*** Dataset entries Section Begins ***
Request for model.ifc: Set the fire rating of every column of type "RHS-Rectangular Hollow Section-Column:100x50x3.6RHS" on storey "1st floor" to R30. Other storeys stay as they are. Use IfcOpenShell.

First a look at what the model holds.

```python
import ifcopenshell
import ifcopenshell.util.element

model = ifcopenshell.open("model.ifc")
print(model.schema)
storey = next(s for s in model.by_type("IfcBuildingStorey") if s.Name == "1st floor")
columns = [e for e in ifcopenshell.util.element.get_decomposition(storey) if e.is_a("IfcColumn")]
seen = {}
for e in columns:
    element_type = ifcopenshell.util.element.get_type(e)
    key = (element_type.Name if element_type != e and element_type else None, ifcopenshell.util.element.get_pset(e, "Pset_ColumnCommon", "FireRating"))
    seen[key] = seen.get(key, 0) + 1
for (name, value), count in sorted(seen.items(), key=str):
    print(count, "x", name, "|", value)
```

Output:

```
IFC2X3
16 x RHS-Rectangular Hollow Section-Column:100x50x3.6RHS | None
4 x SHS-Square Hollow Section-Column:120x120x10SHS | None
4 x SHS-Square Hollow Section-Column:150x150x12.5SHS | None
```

```python
import ifcopenshell
import ifcopenshell.api.pset
import ifcopenshell.util.element

model = ifcopenshell.open("model.ifc")

storey = next(s for s in model.by_type("IfcBuildingStorey") if s.Name == "1st floor")
columns = [e for e in ifcopenshell.util.element.get_decomposition(storey) if e.is_a("IfcColumn")]

count = 0
for e in columns:
    element_type = ifcopenshell.util.element.get_type(e)
    if element_type in (None, e) or element_type.Name != "RHS-Rectangular Hollow Section-Column:100x50x3.6RHS":
        continue
    # add_pset returns the element's existing set when there is one.
    pset = ifcopenshell.api.pset.add_pset(model, product=e, name="Pset_ColumnCommon")
    ifcopenshell.api.pset.edit_pset(model, pset=pset, properties={"FireRating": "R30"})
    count += 1

print(count, "columns updated")

model.write("model_updated.ifc")
```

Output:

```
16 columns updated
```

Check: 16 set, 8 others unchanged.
*** Dataset entries Section Ends ***
* [Task prompt]: The records above need to be written out again. Keep them exact.

* [Task answer]:
Request for model.ifc: Set the fire rating of every column of type "RHS-Rectangular Hollow Section-Column:100x50x3.6RHS" on storey "1st floor" to R30. Other storeys stay as they are. Use IfcOpenShell.

First a look at what the model holds.

```python
import ifcopenshell
import ifcopenshell.util.element

model = ifcopenshell.open("model.ifc")
print(model.schema)
storey = next(s for s in model.by_type("IfcBuildingStorey") if s.Name == "1st floor")
columns = [e for e in ifcopenshell.util.element.get_decomposition(storey) if e.is_a("IfcColumn")]
seen = {}
for e in columns:
    element_type = ifcopenshell.util.element.get_type(e)
    key = (element_type.Name if element_type != e and element_type else None, ifcopenshell.util.element.get_pset(e, "Pset_ColumnCommon", "FireRating"))
    seen[key] = seen.get(key, 0) + 1
for (name, value), count in sorted(seen.items(), key=str):
    print(count, "x", name, "|", value)
```

Output:

```
IFC2X3
16 x RHS-Rectangular Hollow Section-Column:100x50x3.6RHS | None
4 x SHS-Square Hollow Section-Column:120x120x10SHS | None
4 x SHS-Square Hollow Section-Column:150x150x12.5SHS | None
```

```python
import ifcopenshell
import ifcopenshell.api.pset
import ifcopenshell.util.element

model = ifcopenshell.open("model.ifc")

storey = next(s for s in model.by_type("IfcBuildingStorey") if s.Name == "1st floor")
columns = [e for e in ifcopenshell.util.element.get_decomposition(storey) if e.is_a("IfcColumn")]

count = 0
for e in columns:
    element_type = ifcopenshell.util.element.get_type(e)
    if element_type in (None, e) or element_type.Name != "RHS-Rectangular Hollow Section-Column:100x50x3.6RHS":
        continue
    # add_pset returns the element's existing set when there is one.
    pset = ifcopenshell.api.pset.add_pset(model, product=e, name="Pset_ColumnCommon")
    ifcopenshell.api.pset.edit_pset(model, pset=pset, properties={"FireRating": "R30"})
    count += 1

print(count, "columns updated")

model.write("model_updated.ifc")
```

Output:

```
16 columns updated
```

Check: 16 set, 8 others unchanged.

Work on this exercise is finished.